EXERCISE DETAILS: Each line below should be restated exactly, with nothing dropped.

INPUT FOR THIS TASK:
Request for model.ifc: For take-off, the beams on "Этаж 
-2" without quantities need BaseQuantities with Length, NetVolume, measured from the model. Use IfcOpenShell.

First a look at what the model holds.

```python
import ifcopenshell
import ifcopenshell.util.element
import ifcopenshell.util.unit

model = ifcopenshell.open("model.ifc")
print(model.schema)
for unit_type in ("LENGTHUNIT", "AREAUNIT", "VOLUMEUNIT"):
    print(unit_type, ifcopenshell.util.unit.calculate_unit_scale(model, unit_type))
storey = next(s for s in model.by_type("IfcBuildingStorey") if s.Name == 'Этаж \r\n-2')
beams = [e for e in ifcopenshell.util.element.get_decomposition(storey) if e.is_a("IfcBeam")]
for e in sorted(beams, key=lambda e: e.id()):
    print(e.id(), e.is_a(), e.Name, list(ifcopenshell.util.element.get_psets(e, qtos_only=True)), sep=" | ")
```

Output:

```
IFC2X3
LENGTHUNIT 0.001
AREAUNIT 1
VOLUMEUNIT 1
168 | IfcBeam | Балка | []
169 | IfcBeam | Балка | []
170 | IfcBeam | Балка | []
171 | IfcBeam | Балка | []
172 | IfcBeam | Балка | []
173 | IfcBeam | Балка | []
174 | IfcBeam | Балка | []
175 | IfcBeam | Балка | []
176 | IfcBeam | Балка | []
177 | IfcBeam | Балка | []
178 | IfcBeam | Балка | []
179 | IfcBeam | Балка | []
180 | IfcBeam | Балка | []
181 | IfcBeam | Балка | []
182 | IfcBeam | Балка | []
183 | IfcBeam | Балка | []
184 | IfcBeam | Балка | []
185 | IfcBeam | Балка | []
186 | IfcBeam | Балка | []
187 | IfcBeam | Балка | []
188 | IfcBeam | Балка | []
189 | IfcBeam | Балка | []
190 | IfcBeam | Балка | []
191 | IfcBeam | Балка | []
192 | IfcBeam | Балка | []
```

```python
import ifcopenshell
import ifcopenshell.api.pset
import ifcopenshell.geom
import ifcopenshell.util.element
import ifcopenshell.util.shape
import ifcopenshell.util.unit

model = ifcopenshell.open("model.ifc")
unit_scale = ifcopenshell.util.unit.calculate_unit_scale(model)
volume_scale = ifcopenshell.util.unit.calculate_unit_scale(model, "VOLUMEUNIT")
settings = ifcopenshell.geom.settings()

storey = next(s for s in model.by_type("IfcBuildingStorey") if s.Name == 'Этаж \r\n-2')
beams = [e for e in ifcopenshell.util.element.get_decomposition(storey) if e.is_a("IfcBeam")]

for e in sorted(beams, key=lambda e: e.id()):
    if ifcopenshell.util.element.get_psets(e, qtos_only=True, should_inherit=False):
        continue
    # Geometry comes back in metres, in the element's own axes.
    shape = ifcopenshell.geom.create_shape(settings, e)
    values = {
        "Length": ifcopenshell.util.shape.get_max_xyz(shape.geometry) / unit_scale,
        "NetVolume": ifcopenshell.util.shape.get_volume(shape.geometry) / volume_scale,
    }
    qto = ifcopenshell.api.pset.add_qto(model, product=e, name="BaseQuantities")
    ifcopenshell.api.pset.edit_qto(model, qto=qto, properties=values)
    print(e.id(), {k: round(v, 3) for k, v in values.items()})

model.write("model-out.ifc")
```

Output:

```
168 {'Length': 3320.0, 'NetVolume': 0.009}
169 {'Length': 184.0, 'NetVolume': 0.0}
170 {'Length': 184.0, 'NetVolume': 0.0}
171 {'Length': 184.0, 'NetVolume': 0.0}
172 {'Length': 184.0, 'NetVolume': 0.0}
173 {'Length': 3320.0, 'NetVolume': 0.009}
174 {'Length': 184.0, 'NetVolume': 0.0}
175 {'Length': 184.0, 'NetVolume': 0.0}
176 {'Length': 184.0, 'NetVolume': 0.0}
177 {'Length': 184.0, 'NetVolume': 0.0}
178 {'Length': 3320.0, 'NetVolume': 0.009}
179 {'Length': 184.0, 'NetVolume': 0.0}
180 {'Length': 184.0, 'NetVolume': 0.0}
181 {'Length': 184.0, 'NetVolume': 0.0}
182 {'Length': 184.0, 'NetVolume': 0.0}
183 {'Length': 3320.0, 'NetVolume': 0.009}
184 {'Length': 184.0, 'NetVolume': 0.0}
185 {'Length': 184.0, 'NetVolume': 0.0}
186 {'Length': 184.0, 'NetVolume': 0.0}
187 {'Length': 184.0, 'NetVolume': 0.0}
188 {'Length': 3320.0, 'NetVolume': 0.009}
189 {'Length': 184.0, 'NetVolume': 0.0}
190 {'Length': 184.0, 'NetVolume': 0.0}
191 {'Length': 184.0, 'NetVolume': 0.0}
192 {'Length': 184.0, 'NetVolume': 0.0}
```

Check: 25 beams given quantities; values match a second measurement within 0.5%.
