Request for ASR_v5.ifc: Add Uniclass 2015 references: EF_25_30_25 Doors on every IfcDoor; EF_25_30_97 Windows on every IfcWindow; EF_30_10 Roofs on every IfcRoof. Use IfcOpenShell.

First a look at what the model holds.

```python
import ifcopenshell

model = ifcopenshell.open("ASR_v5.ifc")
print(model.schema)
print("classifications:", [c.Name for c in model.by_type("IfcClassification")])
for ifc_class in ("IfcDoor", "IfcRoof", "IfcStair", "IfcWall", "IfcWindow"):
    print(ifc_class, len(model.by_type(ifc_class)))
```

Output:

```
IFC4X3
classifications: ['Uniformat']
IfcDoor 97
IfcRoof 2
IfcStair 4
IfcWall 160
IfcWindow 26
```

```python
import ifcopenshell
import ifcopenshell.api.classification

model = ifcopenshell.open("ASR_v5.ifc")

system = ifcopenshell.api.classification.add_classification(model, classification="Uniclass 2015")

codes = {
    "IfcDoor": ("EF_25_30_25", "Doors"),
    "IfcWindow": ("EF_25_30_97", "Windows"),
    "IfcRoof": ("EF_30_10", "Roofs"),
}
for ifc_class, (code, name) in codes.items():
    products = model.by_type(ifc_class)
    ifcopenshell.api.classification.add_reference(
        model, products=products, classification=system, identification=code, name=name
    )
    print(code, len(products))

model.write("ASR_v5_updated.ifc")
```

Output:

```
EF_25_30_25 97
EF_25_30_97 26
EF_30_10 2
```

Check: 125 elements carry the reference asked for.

ANSWER TO THE PROBLEM:
Request for model.ifc: For take-off, the beams on "Этаж 
-2" without quantities need BaseQuantities with Length, NetVolume, measured from the model. Use IfcOpenShell.

First a look at what the model holds.

```python
import ifcopenshell
import ifcopenshell.util.element
import ifcopenshell.util.unit

model = ifcopenshell.open("model.ifc")
print(model.schema)
for unit_type in ("LENGTHUNIT", "AREAUNIT", "VOLUMEUNIT"):
    print(unit_type, ifcopenshell.util.unit.calculate_unit_scale(model, unit_type))
storey = next(s for s in model.by_type("IfcBuildingStorey") if s.Name == 'Этаж \r\n-2')
beams = [e for e in ifcopenshell.util.element.get_decomposition(storey) if e.is_a("IfcBeam")]
for e in sorted(beams, key=lambda e: e.id()):
    print(e.id(), e.is_a(), e.Name, list(ifcopenshell.util.element.get_psets(e, qtos_only=True)), sep=" | ")
```

Output:

```
IFC2X3
LENGTHUNIT 0.001
AREAUNIT 1
VOLUMEUNIT 1
168 | IfcBeam | Балка | []
169 | IfcBeam | Балка | []
170 | IfcBeam | Балка | []
171 | IfcBeam | Балка | []
172 | IfcBeam | Балка | []
173 | IfcBeam | Балка | []
174 | IfcBeam | Балка | []
175 | IfcBeam | Балка | []
176 | IfcBeam | Балка | []
177 | IfcBeam | Балка | []
178 | IfcBeam | Балка | []
179 | IfcBeam | Балка | []
180 | IfcBeam | Балка | []
181 | IfcBeam | Балка | []
182 | IfcBeam | Балка | []
183 | IfcBeam | Балка | []
184 | IfcBeam | Балка | []
185 | IfcBeam | Балка | []
186 | IfcBeam | Балка | []
187 | IfcBeam | Балка | []
188 | IfcBeam | Балка | []
189 | IfcBeam | Балка | []
190 | IfcBeam | Балка | []
191 | IfcBeam | Балка | []
192 | IfcBeam | Балка | []
```

```python
import ifcopenshell
import ifcopenshell.api.pset
import ifcopenshell.geom
import ifcopenshell.util.element
import ifcopenshell.util.shape
import ifcopenshell.util.unit

model = ifcopenshell.open("model.ifc")
unit_scale = ifcopenshell.util.unit.calculate_unit_scale(model)
volume_scale = ifcopenshell.util.unit.calculate_unit_scale(model, "VOLUMEUNIT")
settings = ifcopenshell.geom.settings()

storey = next(s for s in model.by_type("IfcBuildingStorey") if s.Name == 'Этаж \r\n-2')
beams = [e for e in ifcopenshell.util.element.get_decomposition(storey) if e.is_a("IfcBeam")]

for e in sorted(beams, key=lambda e: e.id()):
    if ifcopenshell.util.element.get_psets(e, qtos_only=True, should_inherit=False):
        continue
    # Geometry comes back in metres, in the element's own axes.
    shape = ifcopenshell.geom.create_shape(settings, e)
    values = {
        "Length": ifcopenshell.util.shape.get_max_xyz(shape.geometry) / unit_scale,
        "NetVolume": ifcopenshell.util.shape.get_volume(shape.geometry) / volume_scale,
    }
    qto = ifcopenshell.api.pset.add_qto(model, product=e, name="BaseQuantities")
    ifcopenshell.api.pset.edit_qto(model, qto=qto, properties=values)
    print(e.id(), {k: round(v, 3) for k, v in values.items()})

model.write("model-out.ifc")
```

Output:

```
168 {'Length': 3320.0, 'NetVolume': 0.009}
169 {'Length': 184.0, 'NetVolume': 0.0}
170 {'Length': 184.0, 'NetVolume': 0.0}
171 {'Length': 184.0, 'NetVolume': 0.0}
172 {'Length': 184.0, 'NetVolume': 0.0}
173 {'Length': 3320.0, 'NetVolume': 0.009}
174 {'Length': 184.0, 'NetVolume': 0.0}
175 {'Length': 184.0, 'NetVolume': 0.0}
176 {'Length': 184.0, 'NetVolume': 0.0}
177 {'Length': 184.0, 'NetVolume': 0.0}
178 {'Length': 3320.0, 'NetVolume': 0.009}
179 {'Length': 184.0, 'NetVolume': 0.0}
180 {'Length': 184.0, 'NetVolume': 0.0}
181 {'Length': 184.0, 'NetVolume': 0.0}
182 {'Length': 184.0, 'NetVolume': 0.0}
183 {'Length': 3320.0, 'NetVolume': 0.009}
184 {'Length': 184.0, 'NetVolume': 0.0}
185 {'Length': 184.0, 'NetVolume': 0.0}
186 {'Length': 184.0, 'NetVolume': 0.0}
187 {'Length': 184.0, 'NetVolume': 0.0}
188 {'Length': 3320.0, 'NetVolume': 0.009}
189 {'Length': 184.0, 'NetVolume': 0.0}
190 {'Length': 184.0, 'NetVolume': 0.0}
191 {'Length': 184.0, 'NetVolume': 0.0}
192 {'Length': 184.0, 'NetVolume': 0.0}
```

Check: 25 beams given quantities; values match a second measurement within 0.5%.
Request for ASR_v5.ifc: Add Uniclass 2015 references: EF_25_30_25 Doors on every IfcDoor; EF_25_30_97 Windows on every IfcWindow; EF_30_10 Roofs on every IfcRoof. Use IfcOpenShell.

First a look at what the model holds.

```python
import ifcopenshell

model = ifcopenshell.open("ASR_v5.ifc")
print(model.schema)
print("classifications:", [c.Name for c in model.by_type("IfcClassification")])
for ifc_class in ("IfcDoor", "IfcRoof", "IfcStair", "IfcWall", "IfcWindow"):
    print(ifc_class, len(model.by_type(ifc_class)))
```

Output:

```
IFC4X3
classifications: ['Uniformat']
IfcDoor 97
IfcRoof 2
IfcStair 4
IfcWall 160
IfcWindow 26
```

```python
import ifcopenshell
import ifcopenshell.api.classification

model = ifcopenshell.open("ASR_v5.ifc")

system = ifcopenshell.api.classification.add_classification(model, classification="Uniclass 2015")

codes = {
    "IfcDoor": ("EF_25_30_25", "Doors"),
    "IfcWindow": ("EF_25_30_97", "Windows"),
    "IfcRoof": ("EF_30_10", "Roofs"),
}
for ifc_class, (code, name) in codes.items():
    products = model.by_type(ifc_class)
    ifcopenshell.api.classification.add_reference(
        model, products=products, classification=system, identification=code, name=name
    )
    print(code, len(products))

model.write("ASR_v5_updated.ifc")
```

Output:

```
EF_25_30_25 97
EF_25_30_97 26
EF_30_10 2
```

Check: 125 elements carry the reference asked for.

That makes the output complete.